For the stock distribution component, it might later be observed that because of an adverse environment (e.g., a hot climate) farmers are not fully realizing the output of 100 to 200 fryers per annum produced from 5 to 10 breeding does, even though they are doing everything correct from a management standpoint. If the farmers have the resources (e.g., low-cost feed and hutches, and time), an increase in the operation size (e.g., from a 10- to a 20-doe breeding enterprise) appears justified. Another scenario is that because markets have recently been expanded, farmers desire to increase their operation size from a 10- to a 20-doe breeding enterprise.
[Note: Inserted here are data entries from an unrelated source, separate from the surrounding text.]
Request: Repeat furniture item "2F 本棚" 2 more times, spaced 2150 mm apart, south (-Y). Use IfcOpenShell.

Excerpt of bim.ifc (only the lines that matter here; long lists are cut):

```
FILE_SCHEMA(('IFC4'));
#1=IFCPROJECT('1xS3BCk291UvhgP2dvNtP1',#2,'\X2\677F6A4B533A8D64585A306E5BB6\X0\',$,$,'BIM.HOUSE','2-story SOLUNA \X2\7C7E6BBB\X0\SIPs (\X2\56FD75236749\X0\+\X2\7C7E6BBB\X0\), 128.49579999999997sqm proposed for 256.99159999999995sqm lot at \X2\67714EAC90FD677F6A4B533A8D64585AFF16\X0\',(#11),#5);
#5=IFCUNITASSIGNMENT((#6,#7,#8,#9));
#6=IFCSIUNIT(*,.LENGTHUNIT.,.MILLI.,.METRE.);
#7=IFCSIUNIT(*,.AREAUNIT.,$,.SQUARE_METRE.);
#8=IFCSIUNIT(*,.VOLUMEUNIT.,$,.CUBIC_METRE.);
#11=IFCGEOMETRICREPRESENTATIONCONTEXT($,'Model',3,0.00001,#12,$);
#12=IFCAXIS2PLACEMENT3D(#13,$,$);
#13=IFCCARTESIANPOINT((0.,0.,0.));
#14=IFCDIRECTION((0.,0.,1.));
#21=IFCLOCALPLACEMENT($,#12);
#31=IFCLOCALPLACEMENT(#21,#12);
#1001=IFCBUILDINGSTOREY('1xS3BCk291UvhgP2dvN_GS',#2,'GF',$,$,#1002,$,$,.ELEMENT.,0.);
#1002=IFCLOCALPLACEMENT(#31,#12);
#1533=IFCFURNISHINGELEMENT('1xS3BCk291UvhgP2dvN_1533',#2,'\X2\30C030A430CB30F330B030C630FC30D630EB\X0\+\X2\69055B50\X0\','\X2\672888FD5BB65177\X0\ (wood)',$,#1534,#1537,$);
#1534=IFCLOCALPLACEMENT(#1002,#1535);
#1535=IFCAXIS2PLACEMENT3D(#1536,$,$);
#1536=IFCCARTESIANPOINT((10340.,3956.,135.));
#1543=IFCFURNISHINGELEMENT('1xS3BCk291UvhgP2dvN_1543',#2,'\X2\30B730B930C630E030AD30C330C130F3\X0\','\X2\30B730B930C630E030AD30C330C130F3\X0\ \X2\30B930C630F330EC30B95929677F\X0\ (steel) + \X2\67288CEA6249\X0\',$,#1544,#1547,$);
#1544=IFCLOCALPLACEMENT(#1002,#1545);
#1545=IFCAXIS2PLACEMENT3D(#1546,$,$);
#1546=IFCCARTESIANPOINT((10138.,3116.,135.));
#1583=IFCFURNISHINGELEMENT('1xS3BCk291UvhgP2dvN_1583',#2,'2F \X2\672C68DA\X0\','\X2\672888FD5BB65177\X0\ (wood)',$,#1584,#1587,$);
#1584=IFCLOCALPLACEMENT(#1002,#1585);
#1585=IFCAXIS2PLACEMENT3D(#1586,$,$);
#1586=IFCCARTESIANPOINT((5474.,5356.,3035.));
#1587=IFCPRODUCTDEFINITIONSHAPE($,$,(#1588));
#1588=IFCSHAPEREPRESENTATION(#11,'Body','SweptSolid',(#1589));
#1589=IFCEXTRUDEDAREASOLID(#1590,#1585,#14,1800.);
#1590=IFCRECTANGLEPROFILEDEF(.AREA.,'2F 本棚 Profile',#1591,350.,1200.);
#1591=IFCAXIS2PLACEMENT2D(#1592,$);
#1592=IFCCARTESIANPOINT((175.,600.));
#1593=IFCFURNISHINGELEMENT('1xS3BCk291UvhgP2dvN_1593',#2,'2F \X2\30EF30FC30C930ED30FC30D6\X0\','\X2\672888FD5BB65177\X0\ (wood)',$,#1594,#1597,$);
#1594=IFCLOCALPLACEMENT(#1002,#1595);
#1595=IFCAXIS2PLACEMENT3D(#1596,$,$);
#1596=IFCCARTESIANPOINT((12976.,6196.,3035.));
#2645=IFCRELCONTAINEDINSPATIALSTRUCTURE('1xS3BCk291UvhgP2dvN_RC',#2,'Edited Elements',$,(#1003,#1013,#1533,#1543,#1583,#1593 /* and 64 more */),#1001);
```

```python
import numpy as np
import ifcopenshell
import ifcopenshell.api.geometry
import ifcopenshell.api.root
import ifcopenshell.util.element
import ifcopenshell.util.placement
import ifcopenshell.util.unit

model = ifcopenshell.open("bim.ifc")
unit_scale = ifcopenshell.util.unit.calculate_unit_scale(model)


def reuse_history(source, copy):
    """copy_class also copies each property set's owner history, people and application; keep the originals."""
    for rel in copy.IsDefinedBy:
        if rel.is_a("IfcRelDefinesByProperties") and (history := rel.RelatingPropertyDefinition.OwnerHistory):
            rel.RelatingPropertyDefinition.OwnerHistory = source.OwnerHistory
            ifcopenshell.util.element.remove_deep2(model, history)


source = model.by_guid("1xS3BCk291UvhgP2dvN_1583")
base = ifcopenshell.util.placement.get_local_placement(source.ObjectPlacement)
step = np.array([0.0, -1.0, 0.0]) * 2.15 / unit_scale

for i in range(1, 3):
    copy = ifcopenshell.api.root.copy_class(model, product=source)
    copy.Representation = ifcopenshell.util.element.copy_deep(
        model, source.Representation, exclude=["IfcGeometricRepresentationContext", "IfcRepresentationMap"]
    )
    reuse_history(source, copy)
    matrix = base.copy()
    matrix[:3, 3] += i * step
    print("added at", matrix[:3, 3].round(3) + 0.0)
    ifcopenshell.api.geometry.edit_object_placement(model, product=copy, matrix=matrix, is_si=False)

model.write("bim_v2.ifc")
```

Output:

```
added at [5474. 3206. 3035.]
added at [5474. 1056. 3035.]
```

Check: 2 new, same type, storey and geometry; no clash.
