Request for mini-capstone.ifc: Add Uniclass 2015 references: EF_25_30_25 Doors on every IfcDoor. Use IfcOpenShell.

First a look at what the model holds.

```python
import ifcopenshell

model = ifcopenshell.open("mini-capstone.ifc")
print(model.schema)
print("classifications:", [c.Name for c in model.by_type("IfcClassification")])
for ifc_class in ("IfcDoor", "IfcRoof", "IfcStair", "IfcWall", "IfcWindow"):
    print(ifc_class, len(model.by_type(ifc_class)))
```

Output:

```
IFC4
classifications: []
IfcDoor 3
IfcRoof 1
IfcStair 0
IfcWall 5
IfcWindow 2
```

```python
import ifcopenshell
import ifcopenshell.api.classification

model = ifcopenshell.open("mini-capstone.ifc")

system = ifcopenshell.api.classification.add_classification(model, classification="Uniclass 2015")

codes = {
    "IfcDoor": ("EF_25_30_25", "Doors"),
}
for ifc_class, (code, name) in codes.items():
    products = model.by_type(ifc_class)
    ifcopenshell.api.classification.add_reference(
        model, products=products, classification=system, identification=code, name=name
    )
    print(code, len(products))

model.write("mini-capstone-out.ifc")
```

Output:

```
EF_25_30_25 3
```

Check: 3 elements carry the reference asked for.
In both scenarios, although the project design indicated a 5- to 10-doe enterprise, these modifications are made to increase breeding doe numbers to ensure that the programme goal and objectives are not only realized but possibly even exceeded. However, caution is advised: to maintain a favourable economy of scale, farmers should gradually increase their operations to ensure that optimum benefits or profit margins are being maintained by keeping production costs at a minimum. In addition, is the stock distribution activity smoothly coordinated? Is the community present to celebrate this event and to extend their full support? Does the in-kind loan scheme work well? Of course, these critical activities need to be closely monitored.
How should rabbit production be monitored on farms? First, it is recommended that a simple checklist form be used to assess the present status of the rabbit enterprise on each farm visited.
As a guide, Table 3 provides a sample of questions that could be asked of the farmer.
Table 3. Performance checklist used to determine rabbit project status on farms relating to internal factors1
Rabbits appear healthy?
Buck(s) and does are producing?
Kits/fryers are well developed?
Protection from predators and thieves?
Hutches/equipment are clean and well maintained?
Good variety of suitable feeds is being used?
Forage or garden plots are well managed?
Water is available?
Manure is being recycled on farm?
Family involvement is evident?
Rabbit meat is being consumed regularly?
Surplus fryers are being sold?
1Adapted from Lukefahr 1992
The rabbit expert who is performing the supervisory visits should always ask to see records to ensure that they are accurate and up-to-date. After the farm visits are completed for the period, it is useful to examine the checklist responses to determine if a general problem possibly exists. For example, if on several farms, rabbits have health problems or if newborn litters are not surviving, an informal refresher training meeting should be held on a local farm to discuss the problem and identify practical solutions. Obviously, timing is critical. Further, such a session should be followed by a community meeting where the problem and solutions are presented so as to keep the community abreast of project developments. Remember, this is a community project.
Monitoring of the project's components or objectives should also include direct measures of production and other activities that can be analyzed. To illustrate, Figure 3 is a bar graph used to compare mean litter size by season or quarter.
Only the Ricardo village site is on track. This is because under less-than-ideal conditions in lesser developed countries, the aim is for 5 marketable fryers per litter from does producing four litters per year (Lukefahr and Cheeke 1991). Changes need to be made to bring the other village sites up to speed. In other words, determine the problem and fix it promptly!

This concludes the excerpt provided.